Divorce is often extremely difficult on children. This is true everywhere in the country, including in Tennessee. When their parents are at odds with each other, the children often feel insecure and unhappy. The children also worry about various aspects of their future in a divorce situation. Hence, in the best interest of the child, Tennessee courts typically ask the non-custodial parent to pay child support. It is mandatory to pay child support in the United States.
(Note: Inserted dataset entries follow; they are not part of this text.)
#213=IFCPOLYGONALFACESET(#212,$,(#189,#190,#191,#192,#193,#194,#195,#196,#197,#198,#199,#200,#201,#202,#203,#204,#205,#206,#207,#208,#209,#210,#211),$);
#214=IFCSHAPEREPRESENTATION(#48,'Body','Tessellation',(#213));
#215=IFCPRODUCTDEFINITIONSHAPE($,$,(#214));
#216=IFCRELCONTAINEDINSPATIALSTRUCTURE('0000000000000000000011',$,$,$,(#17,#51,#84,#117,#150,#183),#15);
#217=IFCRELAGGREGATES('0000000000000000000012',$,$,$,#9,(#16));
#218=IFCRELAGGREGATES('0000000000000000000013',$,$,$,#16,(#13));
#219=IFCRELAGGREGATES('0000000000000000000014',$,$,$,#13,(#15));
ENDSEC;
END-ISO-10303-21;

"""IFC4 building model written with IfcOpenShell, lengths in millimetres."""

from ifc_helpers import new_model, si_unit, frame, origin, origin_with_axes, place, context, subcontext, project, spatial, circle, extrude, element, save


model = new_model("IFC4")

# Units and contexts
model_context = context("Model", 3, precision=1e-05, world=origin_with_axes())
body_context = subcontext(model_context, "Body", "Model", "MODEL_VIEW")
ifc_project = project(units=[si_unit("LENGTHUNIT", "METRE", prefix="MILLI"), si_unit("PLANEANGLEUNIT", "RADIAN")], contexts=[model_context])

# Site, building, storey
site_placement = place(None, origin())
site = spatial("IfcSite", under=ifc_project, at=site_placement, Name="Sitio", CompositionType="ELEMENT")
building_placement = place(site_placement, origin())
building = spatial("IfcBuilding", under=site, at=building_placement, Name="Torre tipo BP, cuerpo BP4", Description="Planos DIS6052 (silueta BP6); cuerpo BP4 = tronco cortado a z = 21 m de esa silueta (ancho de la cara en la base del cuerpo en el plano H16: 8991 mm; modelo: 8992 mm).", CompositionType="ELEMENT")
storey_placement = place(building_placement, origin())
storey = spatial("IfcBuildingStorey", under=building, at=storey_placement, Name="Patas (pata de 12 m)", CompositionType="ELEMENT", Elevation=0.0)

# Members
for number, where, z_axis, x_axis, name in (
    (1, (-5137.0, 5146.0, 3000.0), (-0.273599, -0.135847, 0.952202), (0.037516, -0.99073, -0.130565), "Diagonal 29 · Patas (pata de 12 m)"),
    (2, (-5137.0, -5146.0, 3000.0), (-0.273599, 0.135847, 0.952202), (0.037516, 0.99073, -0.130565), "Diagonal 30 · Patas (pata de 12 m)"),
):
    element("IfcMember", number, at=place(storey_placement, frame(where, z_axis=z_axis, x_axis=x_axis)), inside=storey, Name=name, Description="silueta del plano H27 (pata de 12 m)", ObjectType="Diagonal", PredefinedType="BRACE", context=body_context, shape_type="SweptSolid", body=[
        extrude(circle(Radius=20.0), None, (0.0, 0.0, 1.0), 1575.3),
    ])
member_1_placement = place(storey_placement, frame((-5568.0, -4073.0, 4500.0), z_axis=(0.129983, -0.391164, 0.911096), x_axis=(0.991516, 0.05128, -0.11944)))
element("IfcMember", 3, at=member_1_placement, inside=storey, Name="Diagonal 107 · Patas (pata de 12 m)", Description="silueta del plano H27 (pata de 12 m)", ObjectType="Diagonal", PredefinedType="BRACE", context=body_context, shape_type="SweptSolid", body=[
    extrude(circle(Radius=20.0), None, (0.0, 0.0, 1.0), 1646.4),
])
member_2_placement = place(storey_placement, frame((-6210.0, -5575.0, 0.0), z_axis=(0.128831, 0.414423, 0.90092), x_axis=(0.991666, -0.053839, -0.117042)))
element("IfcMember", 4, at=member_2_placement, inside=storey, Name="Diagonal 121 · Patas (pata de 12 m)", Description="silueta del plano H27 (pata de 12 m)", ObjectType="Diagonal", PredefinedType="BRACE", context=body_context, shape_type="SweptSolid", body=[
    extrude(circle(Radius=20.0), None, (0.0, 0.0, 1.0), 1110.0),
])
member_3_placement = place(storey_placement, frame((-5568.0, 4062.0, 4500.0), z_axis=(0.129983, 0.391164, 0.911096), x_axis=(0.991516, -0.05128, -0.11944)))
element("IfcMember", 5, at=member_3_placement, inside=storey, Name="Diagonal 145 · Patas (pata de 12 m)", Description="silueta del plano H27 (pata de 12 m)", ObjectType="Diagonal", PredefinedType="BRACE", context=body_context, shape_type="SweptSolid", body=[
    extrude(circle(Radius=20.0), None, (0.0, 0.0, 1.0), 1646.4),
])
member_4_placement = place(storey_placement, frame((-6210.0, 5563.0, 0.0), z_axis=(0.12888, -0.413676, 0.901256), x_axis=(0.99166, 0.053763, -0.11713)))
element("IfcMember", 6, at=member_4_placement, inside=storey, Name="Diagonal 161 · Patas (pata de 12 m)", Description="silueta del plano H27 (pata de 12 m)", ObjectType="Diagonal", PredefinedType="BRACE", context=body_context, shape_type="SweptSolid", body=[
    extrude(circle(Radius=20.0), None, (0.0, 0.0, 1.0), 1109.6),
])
However, many parents have questions about child support. A parent may be able to find answers to their questions from various sources. However, a parent may still have some unanswered questions and it may be a good idea to consult an attorney.

For example, does receiving Families First support make a person ineligible to receive child support? Families First is a non-profit organization that provides support for parenting, marriage and other family relationships. The answer is no. When a parent receives Families First, the parent assigns child support payments to Tennessee. That means that after receiving child support from the non-custodial parent, the money will be distributed through the child support department.

Any child support payment that the parent receives directly from the non-custodial parent must be sent to the court or Department of Human Services. The DHS can help in many ways. The DHS can help locate a missing parent. The DHS can also establish legal fatherhood. It always helps to have a legal father because social security benefits may be passed on legally without difficulty. A family's total income may increase upon receiving Families First and child support, often referred to as a "pass through." The DHS may also help to obtain more earnings from child support than Families First benefits will provide.

While the rules are clear, many parents face a number of complications when they try to resolve child support issues alone. Therefore, it may be beneficial for those parents to retain an attorney who is knowledgeable about Tennessee's child support system.